Step 4: Connect Your Apps
The magic of LocalAI is that any app using the OpenAI SDK works with zero code changes. Just point it to your server.
Python (OpenAI SDK)
from openai import OpenAI
client = OpenAI(
base_url="http://localhost:8080/v1",
api_key="not-needed" # LocalAI doesn't require a key
)
response = client.chat.completions.create(
model="mistral-7b-instruct",
messages=[{"role": "user", "content": "Hello!"}]
)
print(response.choices[0].message.content)
Node.js
const OpenAI = require('openai');
const client = new OpenAI({
baseURL: 'http://localhost:8080/v1',
apiKey: 'not-needed',
});
const response = await client.chat.completions.create({
model: 'mistral-7b-instruct',
messages: [{ role: 'user', content: 'Hello!' }],
});
Environment Variable (Universal)
Most OpenAI-compatible apps respect OPENAI_BASE_URL:
export OPENAI_BASE_URL=http://localhost:8080/v1
export OPENAI_API_KEY=not-needed
Now tools like LangChain, AutoGPT, Continue.dev, and hundreds of others just work.

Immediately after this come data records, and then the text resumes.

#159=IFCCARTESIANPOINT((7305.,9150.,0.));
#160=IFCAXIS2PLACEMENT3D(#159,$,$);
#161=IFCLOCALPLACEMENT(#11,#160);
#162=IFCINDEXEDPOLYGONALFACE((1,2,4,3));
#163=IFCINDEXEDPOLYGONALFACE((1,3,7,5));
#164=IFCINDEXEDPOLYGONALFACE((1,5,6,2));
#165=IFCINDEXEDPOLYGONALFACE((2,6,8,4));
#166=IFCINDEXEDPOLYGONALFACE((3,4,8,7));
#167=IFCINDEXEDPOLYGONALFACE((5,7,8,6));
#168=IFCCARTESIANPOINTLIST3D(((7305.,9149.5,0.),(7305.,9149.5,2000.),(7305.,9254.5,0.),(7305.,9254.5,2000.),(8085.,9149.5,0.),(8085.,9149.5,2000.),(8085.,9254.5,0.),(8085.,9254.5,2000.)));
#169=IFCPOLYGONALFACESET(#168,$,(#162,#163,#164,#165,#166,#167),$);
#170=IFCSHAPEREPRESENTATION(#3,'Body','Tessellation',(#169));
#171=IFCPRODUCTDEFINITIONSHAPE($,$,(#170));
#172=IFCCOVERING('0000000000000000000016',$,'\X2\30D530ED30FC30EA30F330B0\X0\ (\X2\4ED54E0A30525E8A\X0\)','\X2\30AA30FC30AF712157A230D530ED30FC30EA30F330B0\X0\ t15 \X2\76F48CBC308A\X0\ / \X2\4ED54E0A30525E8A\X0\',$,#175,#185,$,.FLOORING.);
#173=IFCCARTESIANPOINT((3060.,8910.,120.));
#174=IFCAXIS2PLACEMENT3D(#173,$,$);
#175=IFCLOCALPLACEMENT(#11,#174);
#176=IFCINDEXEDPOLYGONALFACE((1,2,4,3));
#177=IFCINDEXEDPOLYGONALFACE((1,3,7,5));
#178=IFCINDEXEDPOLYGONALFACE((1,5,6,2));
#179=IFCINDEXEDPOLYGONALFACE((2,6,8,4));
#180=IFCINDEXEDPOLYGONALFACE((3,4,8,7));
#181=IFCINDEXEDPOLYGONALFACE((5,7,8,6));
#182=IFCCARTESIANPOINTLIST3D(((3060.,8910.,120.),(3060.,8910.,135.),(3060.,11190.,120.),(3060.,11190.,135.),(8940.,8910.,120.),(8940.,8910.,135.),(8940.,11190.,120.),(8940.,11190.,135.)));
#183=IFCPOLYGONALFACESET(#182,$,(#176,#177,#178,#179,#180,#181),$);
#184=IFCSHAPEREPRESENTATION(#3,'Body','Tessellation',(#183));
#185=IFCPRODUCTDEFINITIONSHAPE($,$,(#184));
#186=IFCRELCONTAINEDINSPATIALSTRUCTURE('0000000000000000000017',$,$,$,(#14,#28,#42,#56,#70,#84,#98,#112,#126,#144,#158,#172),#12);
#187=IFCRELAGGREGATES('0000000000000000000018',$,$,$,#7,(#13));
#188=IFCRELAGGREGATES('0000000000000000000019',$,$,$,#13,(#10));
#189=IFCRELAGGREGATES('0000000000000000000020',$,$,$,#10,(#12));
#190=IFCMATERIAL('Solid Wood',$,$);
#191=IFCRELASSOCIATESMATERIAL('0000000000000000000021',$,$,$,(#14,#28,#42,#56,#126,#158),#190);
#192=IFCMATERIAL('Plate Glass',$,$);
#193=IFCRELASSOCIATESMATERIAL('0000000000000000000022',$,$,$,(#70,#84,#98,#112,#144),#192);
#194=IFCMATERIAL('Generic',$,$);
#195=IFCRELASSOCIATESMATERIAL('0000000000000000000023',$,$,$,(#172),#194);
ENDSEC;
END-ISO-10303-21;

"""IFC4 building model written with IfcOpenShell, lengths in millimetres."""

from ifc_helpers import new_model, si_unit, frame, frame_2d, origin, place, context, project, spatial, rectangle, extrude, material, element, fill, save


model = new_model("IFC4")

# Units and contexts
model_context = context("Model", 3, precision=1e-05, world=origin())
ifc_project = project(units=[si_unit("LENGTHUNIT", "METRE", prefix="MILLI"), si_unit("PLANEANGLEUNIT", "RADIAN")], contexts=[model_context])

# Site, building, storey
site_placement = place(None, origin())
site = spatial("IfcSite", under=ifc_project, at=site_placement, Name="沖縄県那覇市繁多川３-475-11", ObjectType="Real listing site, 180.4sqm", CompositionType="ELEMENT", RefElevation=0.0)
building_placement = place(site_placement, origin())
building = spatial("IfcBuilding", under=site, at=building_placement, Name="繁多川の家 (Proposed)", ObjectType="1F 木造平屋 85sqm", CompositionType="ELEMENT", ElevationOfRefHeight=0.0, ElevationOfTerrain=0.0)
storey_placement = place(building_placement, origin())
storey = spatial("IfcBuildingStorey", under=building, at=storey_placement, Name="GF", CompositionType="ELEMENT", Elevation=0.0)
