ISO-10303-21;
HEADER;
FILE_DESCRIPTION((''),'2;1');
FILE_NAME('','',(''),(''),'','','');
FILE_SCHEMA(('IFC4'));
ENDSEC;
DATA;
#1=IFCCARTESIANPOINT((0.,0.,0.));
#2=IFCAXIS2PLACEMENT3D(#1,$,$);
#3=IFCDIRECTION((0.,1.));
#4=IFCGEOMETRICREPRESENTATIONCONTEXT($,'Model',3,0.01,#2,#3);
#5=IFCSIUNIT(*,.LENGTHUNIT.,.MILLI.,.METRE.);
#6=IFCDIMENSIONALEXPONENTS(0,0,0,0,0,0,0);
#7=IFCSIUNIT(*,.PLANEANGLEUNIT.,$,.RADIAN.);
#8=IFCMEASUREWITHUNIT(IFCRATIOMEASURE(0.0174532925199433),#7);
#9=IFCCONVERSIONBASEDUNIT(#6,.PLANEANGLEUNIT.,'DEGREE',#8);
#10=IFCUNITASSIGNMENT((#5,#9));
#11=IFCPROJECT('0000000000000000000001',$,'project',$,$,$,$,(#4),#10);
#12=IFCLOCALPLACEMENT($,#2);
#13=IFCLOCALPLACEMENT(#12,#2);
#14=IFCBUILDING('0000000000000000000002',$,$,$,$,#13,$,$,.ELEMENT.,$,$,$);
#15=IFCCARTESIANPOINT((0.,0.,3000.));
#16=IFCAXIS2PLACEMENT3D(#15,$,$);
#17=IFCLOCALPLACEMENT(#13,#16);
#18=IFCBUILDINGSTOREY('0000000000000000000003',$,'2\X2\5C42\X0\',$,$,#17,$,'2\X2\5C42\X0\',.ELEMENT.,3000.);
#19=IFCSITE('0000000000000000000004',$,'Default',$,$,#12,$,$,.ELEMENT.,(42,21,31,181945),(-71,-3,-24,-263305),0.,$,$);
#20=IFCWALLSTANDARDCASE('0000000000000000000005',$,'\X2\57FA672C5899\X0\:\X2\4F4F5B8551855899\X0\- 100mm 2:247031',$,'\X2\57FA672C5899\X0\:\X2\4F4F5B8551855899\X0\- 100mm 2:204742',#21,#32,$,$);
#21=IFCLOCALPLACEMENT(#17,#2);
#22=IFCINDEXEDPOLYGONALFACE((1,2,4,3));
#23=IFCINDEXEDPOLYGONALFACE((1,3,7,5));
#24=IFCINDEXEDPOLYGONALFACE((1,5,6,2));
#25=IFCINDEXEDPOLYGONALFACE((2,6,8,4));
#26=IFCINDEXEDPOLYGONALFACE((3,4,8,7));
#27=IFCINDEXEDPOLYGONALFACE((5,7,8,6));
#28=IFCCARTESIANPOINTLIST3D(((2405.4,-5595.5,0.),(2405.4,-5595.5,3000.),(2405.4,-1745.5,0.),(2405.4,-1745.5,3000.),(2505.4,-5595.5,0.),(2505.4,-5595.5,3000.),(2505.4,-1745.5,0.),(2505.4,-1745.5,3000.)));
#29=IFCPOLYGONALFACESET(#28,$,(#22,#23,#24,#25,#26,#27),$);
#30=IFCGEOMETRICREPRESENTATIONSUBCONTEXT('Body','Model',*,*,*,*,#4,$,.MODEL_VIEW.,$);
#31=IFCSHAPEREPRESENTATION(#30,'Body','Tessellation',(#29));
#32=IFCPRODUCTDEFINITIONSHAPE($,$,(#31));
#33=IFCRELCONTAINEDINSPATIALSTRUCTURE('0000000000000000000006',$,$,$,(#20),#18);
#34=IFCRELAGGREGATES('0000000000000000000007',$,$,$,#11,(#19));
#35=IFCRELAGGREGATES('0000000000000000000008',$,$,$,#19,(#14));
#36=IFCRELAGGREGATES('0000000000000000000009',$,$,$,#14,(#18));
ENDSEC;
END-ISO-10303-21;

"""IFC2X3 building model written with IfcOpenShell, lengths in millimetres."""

from ifc_helpers import new_model, entity, si_unit, converted_unit, direction, frame, frame_2d, origin, place, context, subcontext, project, spatial, rectangle, extrude, element, save


model = new_model("IFC2X3")

# Units and contexts
model_context = context("Model", 3, precision=0.01, world=origin(), true_north=direction((0.0, 1.0)))
body_context = subcontext(model_context, "Body", "Model", "MODEL_VIEW")
ifc_project = project(units=[si_unit("LENGTHUNIT", "METRE", prefix="MILLI"), converted_unit("PLANEANGLEUNIT", "DEGREE", entity("IfcRatioMeasure", 0.0174532925199433), si_unit("PLANEANGLEUNIT", "RADIAN"), dimensions=[0, 0, 0, 0, 0, 0, 0])], contexts=[model_context])

# Site, building, storey
site_placement = place(None, origin())
site = spatial("IfcSite", under=ifc_project, at=site_placement, Name="Default", CompositionType="ELEMENT", RefLatitude=(42, 21, 31, 181945), RefLongitude=(-71, -3, -24, -263305), RefElevation=0.0)
building_placement = place(site_placement, origin())
building = spatial("IfcBuilding", under=site, at=building_placement, CompositionType="ELEMENT")
storey_placement = place(building_placement, frame((0.0, 0.0, 3000.0)))
storey = spatial("IfcBuildingStorey", under=building, at=storey_placement, Name="2层", LongName="2层", CompositionType="ELEMENT", Elevation=3000.0)

# Wall
wall_placement = place(storey_placement, frame((2455.4, -1745.5, 0.0), z_axis=(0.0, 0.0, 1.0), x_axis=(0.0, -1.0, 0.0)))
element("IfcWallStandardCase", 1, at=wall_placement, inside=storey, Name="基本墙:住宅内墙- 100mm 2:247031", ObjectType="基本墙:住宅内墙- 100mm 2:204742", context=body_context, shape_type="SweptSolid", body=[
    extrude(rectangle(XDim=3850.0, YDim=100.0, at=frame_2d((1925.0, 0.0), x_axis=(-1.0, 0.0))), origin(), (0.0, 0.0, 1.0), 3000.0),
])

save(model, "model.ifc")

Step 5: Performance Tuning
CPU Optimization
environment:
- THREADS=8 # Match your CPU core count
- CONTEXT_SIZE=2048 # Lower = faster, less memory
GPU Optimization
For NVIDIA GPUs, ensure you’re using the CUDA image and set:
environment:
- GPU_LAYERS=99 # Offload all layers to GPU
Quantization
Use smaller quantized models for better performance:
- Q4_K_M — Best balance of quality and speed (recommended)
- Q5_K_M — Slightly better quality, slower
- Q8_0 — Near-original quality, much more RAM
- Q2_K — Fastest, lowest quality
Memory Usage Guide
| Model Size | Q4_K_M RAM | Q8_0 RAM |
|---|---|---|
| 3B | ~2GB | ~3.5GB |
| 7B | ~4.5GB | ~8GB |
| 13B | ~8GB | ~14GB |
| 30B | ~18GB | ~32GB |
Troubleshooting
Model loading fails
docker logs localai
Common fixes:
- Check disk space:
df -h - Verify model file isn’t corrupted: check file size matches source
- Ensure enough RAM for the model
Slow responses on CPU
- Use Q4_K_M quantization (not Q8 or full precision)

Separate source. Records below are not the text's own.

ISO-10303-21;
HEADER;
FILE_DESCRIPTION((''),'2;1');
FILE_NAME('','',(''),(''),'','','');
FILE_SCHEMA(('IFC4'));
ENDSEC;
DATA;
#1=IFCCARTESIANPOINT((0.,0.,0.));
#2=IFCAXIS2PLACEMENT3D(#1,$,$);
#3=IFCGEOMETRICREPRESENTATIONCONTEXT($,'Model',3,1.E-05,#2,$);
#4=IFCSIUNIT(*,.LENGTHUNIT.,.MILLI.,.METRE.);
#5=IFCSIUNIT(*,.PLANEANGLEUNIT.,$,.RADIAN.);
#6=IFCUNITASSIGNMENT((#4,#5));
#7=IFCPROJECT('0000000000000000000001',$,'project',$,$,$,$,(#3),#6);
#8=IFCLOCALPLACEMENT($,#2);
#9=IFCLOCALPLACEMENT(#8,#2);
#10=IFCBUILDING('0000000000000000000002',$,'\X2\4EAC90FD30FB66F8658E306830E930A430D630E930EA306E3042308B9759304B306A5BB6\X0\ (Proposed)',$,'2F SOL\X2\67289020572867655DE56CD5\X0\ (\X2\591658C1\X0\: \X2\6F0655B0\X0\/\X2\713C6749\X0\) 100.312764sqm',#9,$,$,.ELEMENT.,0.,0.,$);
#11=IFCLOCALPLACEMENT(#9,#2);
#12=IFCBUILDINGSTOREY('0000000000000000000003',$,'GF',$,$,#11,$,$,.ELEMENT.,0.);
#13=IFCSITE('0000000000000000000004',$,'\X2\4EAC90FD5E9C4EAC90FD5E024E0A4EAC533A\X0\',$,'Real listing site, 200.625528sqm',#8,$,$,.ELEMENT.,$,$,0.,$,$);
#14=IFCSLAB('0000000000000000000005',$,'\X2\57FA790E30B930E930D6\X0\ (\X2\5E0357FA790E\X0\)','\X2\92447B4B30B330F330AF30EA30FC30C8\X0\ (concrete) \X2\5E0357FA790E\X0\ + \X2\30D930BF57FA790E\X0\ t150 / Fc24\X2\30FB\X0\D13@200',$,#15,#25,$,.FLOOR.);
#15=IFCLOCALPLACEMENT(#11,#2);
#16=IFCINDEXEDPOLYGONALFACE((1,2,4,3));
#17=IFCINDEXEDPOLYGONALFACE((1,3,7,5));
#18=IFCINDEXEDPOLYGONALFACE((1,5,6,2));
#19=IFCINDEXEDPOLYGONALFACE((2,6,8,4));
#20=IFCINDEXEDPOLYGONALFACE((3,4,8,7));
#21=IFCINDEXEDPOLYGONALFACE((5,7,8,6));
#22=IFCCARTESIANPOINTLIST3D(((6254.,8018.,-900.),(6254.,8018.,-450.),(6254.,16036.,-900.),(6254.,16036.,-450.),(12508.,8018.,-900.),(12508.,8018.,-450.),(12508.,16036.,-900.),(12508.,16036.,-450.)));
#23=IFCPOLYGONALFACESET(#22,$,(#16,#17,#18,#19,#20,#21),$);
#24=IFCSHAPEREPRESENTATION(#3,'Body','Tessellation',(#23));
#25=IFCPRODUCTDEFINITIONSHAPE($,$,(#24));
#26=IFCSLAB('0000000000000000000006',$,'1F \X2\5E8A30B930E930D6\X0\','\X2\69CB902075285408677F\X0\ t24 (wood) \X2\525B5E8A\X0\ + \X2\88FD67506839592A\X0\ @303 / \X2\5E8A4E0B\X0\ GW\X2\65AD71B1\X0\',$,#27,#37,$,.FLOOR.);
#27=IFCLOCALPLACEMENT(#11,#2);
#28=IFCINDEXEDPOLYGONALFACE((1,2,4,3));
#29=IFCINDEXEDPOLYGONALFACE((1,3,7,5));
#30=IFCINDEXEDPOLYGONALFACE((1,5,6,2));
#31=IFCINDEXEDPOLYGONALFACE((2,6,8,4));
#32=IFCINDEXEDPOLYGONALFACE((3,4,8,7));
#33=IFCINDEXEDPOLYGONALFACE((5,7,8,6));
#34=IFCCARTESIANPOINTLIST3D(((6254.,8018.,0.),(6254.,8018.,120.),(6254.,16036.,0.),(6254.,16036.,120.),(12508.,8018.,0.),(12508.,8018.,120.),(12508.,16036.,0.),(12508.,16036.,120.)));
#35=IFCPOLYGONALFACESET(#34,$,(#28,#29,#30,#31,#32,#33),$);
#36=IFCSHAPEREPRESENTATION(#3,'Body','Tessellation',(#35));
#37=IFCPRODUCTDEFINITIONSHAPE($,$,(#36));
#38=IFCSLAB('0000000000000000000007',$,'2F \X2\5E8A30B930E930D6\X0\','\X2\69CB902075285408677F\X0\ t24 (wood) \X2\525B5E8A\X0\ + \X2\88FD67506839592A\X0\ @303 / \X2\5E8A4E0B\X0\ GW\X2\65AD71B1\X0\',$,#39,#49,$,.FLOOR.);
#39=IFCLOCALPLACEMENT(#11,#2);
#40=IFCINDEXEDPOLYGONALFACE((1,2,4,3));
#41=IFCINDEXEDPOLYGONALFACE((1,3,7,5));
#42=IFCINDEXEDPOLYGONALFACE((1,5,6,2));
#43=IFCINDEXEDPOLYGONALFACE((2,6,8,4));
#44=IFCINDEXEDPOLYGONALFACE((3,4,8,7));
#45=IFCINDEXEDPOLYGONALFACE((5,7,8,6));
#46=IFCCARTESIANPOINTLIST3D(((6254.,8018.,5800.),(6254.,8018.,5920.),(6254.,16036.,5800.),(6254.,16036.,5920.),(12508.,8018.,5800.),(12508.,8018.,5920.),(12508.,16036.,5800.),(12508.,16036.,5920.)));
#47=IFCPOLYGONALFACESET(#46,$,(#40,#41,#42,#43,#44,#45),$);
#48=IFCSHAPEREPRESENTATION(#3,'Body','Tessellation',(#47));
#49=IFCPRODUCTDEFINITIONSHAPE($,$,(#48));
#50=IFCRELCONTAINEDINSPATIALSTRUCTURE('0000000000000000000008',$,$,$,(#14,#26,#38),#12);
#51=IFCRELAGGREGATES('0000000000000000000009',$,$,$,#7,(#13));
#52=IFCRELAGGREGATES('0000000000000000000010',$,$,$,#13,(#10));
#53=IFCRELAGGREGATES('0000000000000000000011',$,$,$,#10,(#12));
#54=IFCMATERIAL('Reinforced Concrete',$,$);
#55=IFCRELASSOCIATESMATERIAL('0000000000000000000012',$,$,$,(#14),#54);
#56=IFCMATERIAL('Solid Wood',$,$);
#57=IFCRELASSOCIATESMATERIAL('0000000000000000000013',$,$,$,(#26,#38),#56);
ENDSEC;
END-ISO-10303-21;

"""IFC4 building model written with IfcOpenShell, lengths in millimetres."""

from ifc_helpers import new_model, si_unit, frame, frame_2d, origin, place, context, project, spatial, rectangle, extrude, material, element, save


model = new_model("IFC4")

# Units and contexts
model_context = context("Model", 3, precision=1e-05, world=origin())
ifc_project = project(units=[si_unit("LENGTHUNIT", "METRE", prefix="MILLI"), si_unit("PLANEANGLEUNIT", "RADIAN")], contexts=[model_context])

# Site, building, storey
site_placement = place(None, origin())
site = spatial("IfcSite", under=ifc_project, at=site_placement, Name="京都府京都市上京区", ObjectType="Real listing site, 200.625528sqm", CompositionType="ELEMENT", RefElevation=0.0)
building_placement = place(site_placement, origin())
building = spatial("IfcBuilding", under=site, at=building_placement, Name="京都・書斎とライブラリのある静かな家 (Proposed)", ObjectType="2F SOL木造在来工法 (外壁: 漆喰/焼杉) 100.312764sqm", CompositionType="ELEMENT", ElevationOfRefHeight=0.0, ElevationOfTerrain=0.0)
storey_placement = place(building_placement, origin())
storey = spatial("IfcBuildingStorey", under=building, at=storey_placement, Name="GF", CompositionType="ELEMENT", Elevation=0.0)

# Slabs
ifc_material_1 = material(Name="Reinforced Concrete")
slab_1_placement = place(storey_placement, frame((3127.0, 4009.0, -450.0)))
element("IfcSlab", 1, at=slab_1_placement, inside=storey, material=ifc_material_1, Name="基礎スラブ (布基礎)", Description="鉄筋コンクリート (concrete) 布基礎 + ベタ基礎 t150 / Fc24・D13@200", PredefinedType="FLOOR", context=model_context, shape_type="SweptSolid", body=[
    extrude(rectangle(XDim=6254.0, YDim=8018.0, at=frame_2d((3127.0, 4009.0))), frame((3127.0, 4009.0, -450.0)), (0.0, 0.0, 1.0), 450.0),
])
ifc_material_2 = material(Name="Solid Wood")
slab_2_placement = place(storey_placement, frame((3127.0, 4009.0, 0.0)))
element("IfcSlab", 2, at=slab_2_placement, inside=storey, material=ifc_material_2, Name="1F 床スラブ", Description="構造用合板 t24 (wood) 剛床 + 製材根太 @303 / 床下 GW断熱", PredefinedType="FLOOR", context=model_context, shape_type="SweptSolid", body=[
    extrude(rectangle(XDim=6254.0, YDim=8018.0, at=frame_2d((3127.0, 4009.0))), frame((3127.0, 4009.0, 0.0)), (0.0, 0.0, 1.0), 120.0),
])
slab_3_placement = place(storey_placement, frame((3127.0, 4009.0, 2900.0)))
element("IfcSlab", 3, at=slab_3_placement, inside=storey, material=ifc_material_2, Name="2F 床スラブ", Description="構造用合板 t24 (wood) 剛床 + 製材根太 @303 / 床下 GW断熱", PredefinedType="FLOOR", context=model_context, shape_type="SweptSolid", body=[
    extrude(rectangle(XDim=6254.0, YDim=8018.0, at=frame_2d((3127.0, 4009.0))), frame((3127.0, 4009.0, 2900.0)), (0.0, 0.0, 1.0), 120.0),
])

save(model, "model.ifc")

- Reduce context size to 1024-2048
- Use smaller models (7B instead of 13B)
- Set
THREADSto your physical core count (not hyperthreads)
GPU not detected
# Check NVIDIA drivers
nvidia-smi
# Verify Docker GPU access
docker run --rm --gpus all nvidia/cuda:12.0-base nvidia-smi
If that fails, install the NVIDIA Container Toolkit.
Out of memory (OOM)
- Switch to a smaller quantization (Q4_K_M → Q3_K_M → Q2_K)
- Use a smaller model
- Reduce
CONTEXT_SIZE - Add swap space as emergency overflow
What to Run on LocalAI
Some practical uses for your self-hosted AI API:
- Personal assistant — Connect to Open WebUI for a ChatGPT-like interface
- Document search — Use embeddings + a vector DB for RAG
- Code completion — Point Continue.dev at your LocalAI instance
- Home automation — Voice commands via Whisper + Home Assistant
- Content generation — Blog drafts, summaries, translations
- Image generation — Stable Diffusion for thumbnails and graphics
Related Guides
- Running Ollama: Local LLMs — Simpler alternative for chat-only use
- Open WebUI: ChatGPT Interface — Web UI for your local models
- Self-Hosted n8n — Automate workflows with your local AI
LocalAI puts the full OpenAI API stack on your own hardware. No API keys, no per-token costs, no data leaving your network. Once it’s running, every tool in the OpenAI ecosystem becomes a local tool.